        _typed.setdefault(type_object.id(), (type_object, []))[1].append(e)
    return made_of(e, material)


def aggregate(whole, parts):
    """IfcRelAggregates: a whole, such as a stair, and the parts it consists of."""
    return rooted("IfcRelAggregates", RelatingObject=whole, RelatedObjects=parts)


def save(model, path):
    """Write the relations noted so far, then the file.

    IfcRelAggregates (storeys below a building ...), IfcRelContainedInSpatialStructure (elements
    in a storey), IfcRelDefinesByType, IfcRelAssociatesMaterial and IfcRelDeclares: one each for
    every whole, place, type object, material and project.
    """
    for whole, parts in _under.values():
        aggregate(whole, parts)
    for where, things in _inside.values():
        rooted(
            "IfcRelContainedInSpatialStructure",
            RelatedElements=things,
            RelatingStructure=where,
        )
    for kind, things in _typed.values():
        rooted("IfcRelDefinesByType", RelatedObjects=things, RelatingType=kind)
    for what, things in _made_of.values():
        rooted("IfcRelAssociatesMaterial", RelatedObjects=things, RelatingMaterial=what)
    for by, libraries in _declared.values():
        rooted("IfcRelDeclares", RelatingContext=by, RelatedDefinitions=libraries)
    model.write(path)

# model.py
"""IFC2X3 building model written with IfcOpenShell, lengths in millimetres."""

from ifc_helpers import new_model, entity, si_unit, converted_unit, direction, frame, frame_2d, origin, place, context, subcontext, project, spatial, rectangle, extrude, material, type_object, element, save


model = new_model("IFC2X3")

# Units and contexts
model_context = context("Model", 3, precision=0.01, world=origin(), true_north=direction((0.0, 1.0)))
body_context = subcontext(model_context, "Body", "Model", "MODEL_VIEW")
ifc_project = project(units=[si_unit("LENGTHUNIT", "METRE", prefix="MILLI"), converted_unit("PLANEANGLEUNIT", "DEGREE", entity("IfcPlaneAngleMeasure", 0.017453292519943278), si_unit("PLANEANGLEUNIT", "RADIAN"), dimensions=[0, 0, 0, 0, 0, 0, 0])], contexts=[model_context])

*-*-*

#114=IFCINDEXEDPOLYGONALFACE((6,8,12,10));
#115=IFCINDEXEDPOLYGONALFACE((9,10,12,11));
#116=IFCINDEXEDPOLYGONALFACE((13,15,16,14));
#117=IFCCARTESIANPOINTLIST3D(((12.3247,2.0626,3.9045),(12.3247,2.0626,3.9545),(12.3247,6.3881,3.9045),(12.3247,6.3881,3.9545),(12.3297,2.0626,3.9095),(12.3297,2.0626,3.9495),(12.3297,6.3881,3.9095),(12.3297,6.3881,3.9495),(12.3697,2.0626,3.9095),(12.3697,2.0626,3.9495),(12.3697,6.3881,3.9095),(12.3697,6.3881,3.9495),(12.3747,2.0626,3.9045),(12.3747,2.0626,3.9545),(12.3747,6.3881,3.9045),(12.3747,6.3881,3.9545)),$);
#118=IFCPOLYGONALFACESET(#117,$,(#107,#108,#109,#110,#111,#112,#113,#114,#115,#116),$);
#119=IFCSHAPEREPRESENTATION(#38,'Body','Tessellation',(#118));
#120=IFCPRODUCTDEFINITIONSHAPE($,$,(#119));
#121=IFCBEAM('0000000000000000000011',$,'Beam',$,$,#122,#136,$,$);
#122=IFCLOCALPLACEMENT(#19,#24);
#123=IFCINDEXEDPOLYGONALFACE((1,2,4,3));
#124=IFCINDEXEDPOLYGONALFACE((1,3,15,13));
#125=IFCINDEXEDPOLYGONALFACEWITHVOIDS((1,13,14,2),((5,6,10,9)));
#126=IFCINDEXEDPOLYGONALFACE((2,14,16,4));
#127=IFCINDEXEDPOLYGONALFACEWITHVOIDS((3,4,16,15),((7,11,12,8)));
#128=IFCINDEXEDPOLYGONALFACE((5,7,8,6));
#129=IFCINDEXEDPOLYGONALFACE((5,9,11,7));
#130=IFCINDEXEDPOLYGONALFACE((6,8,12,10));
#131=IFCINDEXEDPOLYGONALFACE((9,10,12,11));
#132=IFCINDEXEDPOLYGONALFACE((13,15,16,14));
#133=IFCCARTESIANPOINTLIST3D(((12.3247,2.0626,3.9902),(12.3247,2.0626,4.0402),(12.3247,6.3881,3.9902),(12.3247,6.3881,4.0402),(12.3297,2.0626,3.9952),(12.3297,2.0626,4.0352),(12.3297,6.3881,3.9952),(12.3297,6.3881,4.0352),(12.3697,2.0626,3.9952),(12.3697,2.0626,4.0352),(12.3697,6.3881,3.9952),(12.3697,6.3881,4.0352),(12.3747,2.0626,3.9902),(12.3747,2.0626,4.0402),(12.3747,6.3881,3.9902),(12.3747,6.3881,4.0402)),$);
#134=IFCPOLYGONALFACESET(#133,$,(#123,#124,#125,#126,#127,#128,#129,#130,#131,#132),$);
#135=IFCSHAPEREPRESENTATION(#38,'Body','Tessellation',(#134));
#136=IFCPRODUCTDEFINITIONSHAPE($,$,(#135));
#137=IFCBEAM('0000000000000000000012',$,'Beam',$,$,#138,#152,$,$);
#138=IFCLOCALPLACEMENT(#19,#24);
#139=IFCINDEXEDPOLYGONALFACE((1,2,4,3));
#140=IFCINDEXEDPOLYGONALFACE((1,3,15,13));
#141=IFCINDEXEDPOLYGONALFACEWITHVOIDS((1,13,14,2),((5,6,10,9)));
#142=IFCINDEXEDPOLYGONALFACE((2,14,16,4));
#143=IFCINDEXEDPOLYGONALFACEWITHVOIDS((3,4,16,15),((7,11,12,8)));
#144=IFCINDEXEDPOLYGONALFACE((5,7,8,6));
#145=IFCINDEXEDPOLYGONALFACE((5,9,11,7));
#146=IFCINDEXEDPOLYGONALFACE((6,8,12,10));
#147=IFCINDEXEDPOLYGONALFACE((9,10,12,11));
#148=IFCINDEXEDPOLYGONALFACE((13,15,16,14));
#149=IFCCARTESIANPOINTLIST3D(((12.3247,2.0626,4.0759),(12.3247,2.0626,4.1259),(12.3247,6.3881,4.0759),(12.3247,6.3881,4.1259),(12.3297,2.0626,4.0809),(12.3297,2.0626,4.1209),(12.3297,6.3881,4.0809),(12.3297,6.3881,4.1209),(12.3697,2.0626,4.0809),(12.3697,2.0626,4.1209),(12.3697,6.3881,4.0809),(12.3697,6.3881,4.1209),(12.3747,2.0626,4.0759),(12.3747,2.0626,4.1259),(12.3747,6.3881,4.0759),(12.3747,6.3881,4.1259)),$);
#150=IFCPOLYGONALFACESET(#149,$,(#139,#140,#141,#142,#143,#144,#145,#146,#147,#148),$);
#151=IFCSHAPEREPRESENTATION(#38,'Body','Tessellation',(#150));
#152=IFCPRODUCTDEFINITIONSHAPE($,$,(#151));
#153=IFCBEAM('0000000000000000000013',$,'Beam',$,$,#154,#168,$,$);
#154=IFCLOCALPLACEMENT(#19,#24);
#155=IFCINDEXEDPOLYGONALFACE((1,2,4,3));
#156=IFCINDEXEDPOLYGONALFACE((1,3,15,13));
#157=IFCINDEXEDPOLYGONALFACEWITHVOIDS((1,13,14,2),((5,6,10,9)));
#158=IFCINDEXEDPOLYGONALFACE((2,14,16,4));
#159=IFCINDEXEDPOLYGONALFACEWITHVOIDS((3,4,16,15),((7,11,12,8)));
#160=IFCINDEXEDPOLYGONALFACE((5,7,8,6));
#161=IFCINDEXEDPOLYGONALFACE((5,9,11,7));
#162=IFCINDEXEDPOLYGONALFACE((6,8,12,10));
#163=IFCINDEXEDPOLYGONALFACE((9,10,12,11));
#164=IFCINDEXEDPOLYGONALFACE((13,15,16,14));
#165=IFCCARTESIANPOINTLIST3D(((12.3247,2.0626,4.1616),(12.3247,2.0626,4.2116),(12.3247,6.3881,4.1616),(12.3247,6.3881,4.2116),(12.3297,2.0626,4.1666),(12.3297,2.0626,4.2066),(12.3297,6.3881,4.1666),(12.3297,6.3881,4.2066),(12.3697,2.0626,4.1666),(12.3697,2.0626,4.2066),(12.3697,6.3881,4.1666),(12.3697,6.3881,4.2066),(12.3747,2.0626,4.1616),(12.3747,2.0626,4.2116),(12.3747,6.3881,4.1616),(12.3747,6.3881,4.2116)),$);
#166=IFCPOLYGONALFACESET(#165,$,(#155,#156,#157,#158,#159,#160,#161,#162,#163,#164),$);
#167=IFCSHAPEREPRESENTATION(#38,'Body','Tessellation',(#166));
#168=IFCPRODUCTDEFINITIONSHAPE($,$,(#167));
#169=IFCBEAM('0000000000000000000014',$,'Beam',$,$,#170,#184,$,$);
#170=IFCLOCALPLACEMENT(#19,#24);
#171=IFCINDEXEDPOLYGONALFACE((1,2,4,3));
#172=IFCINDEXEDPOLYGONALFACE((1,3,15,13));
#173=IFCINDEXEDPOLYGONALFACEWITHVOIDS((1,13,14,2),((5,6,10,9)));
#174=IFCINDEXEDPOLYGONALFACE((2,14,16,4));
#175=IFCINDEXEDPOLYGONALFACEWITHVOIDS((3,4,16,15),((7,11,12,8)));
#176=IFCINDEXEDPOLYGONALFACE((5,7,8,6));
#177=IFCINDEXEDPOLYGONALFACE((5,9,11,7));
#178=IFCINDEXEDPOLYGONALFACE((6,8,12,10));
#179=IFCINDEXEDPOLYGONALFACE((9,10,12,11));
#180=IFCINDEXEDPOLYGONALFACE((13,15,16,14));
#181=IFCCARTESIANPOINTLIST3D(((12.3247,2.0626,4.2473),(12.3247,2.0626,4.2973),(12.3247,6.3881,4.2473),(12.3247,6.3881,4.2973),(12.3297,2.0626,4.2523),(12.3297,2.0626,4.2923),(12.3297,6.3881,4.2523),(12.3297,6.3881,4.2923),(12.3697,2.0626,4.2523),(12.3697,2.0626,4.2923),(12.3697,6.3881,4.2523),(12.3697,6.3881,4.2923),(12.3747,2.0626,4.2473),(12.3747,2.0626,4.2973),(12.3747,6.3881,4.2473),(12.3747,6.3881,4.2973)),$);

*-*-*

▸ **WHAT TO WORK ON**
An exact copy of the lines above, from the one containing "#161=IFCINDEXEDPOLYGONALFACE((5,9,11,7));" through the one containing "#167=IFCSHAPEREPRESENTATION(#38,'Body','Tessellation',(#166));", is the whole of the answer.

▸ **EXERCISE RESULT**
#161=IFCINDEXEDPOLYGONALFACE((5,9,11,7));
#162=IFCINDEXEDPOLYGONALFACE((6,8,12,10));
#163=IFCINDEXEDPOLYGONALFACE((9,10,12,11));
#164=IFCINDEXEDPOLYGONALFACE((13,15,16,14));
#165=IFCCARTESIANPOINTLIST3D(((12.3247,2.0626,4.1616),(12.3247,2.0626,4.2116),(12.3247,6.3881,4.1616),(12.3247,6.3881,4.2116),(12.3297,2.0626,4.1666),(12.3297,2.0626,4.2066),(12.3297,6.3881,4.1666),(12.3297,6.3881,4.2066),(12.3697,2.0626,4.1666),(12.3697,2.0626,4.2066),(12.3697,6.3881,4.1666),(12.3697,6.3881,4.2066),(12.3747,2.0626,4.1616),(12.3747,2.0626,4.2116),(12.3747,6.3881,4.1616),(12.3747,6.3881,4.2116)),$);
#166=IFCPOLYGONALFACESET(#165,$,(#155,#156,#157,#158,#159,#160,#161,#162,#163,#164),$);
#167=IFCSHAPEREPRESENTATION(#38,'Body','Tessellation',(#166));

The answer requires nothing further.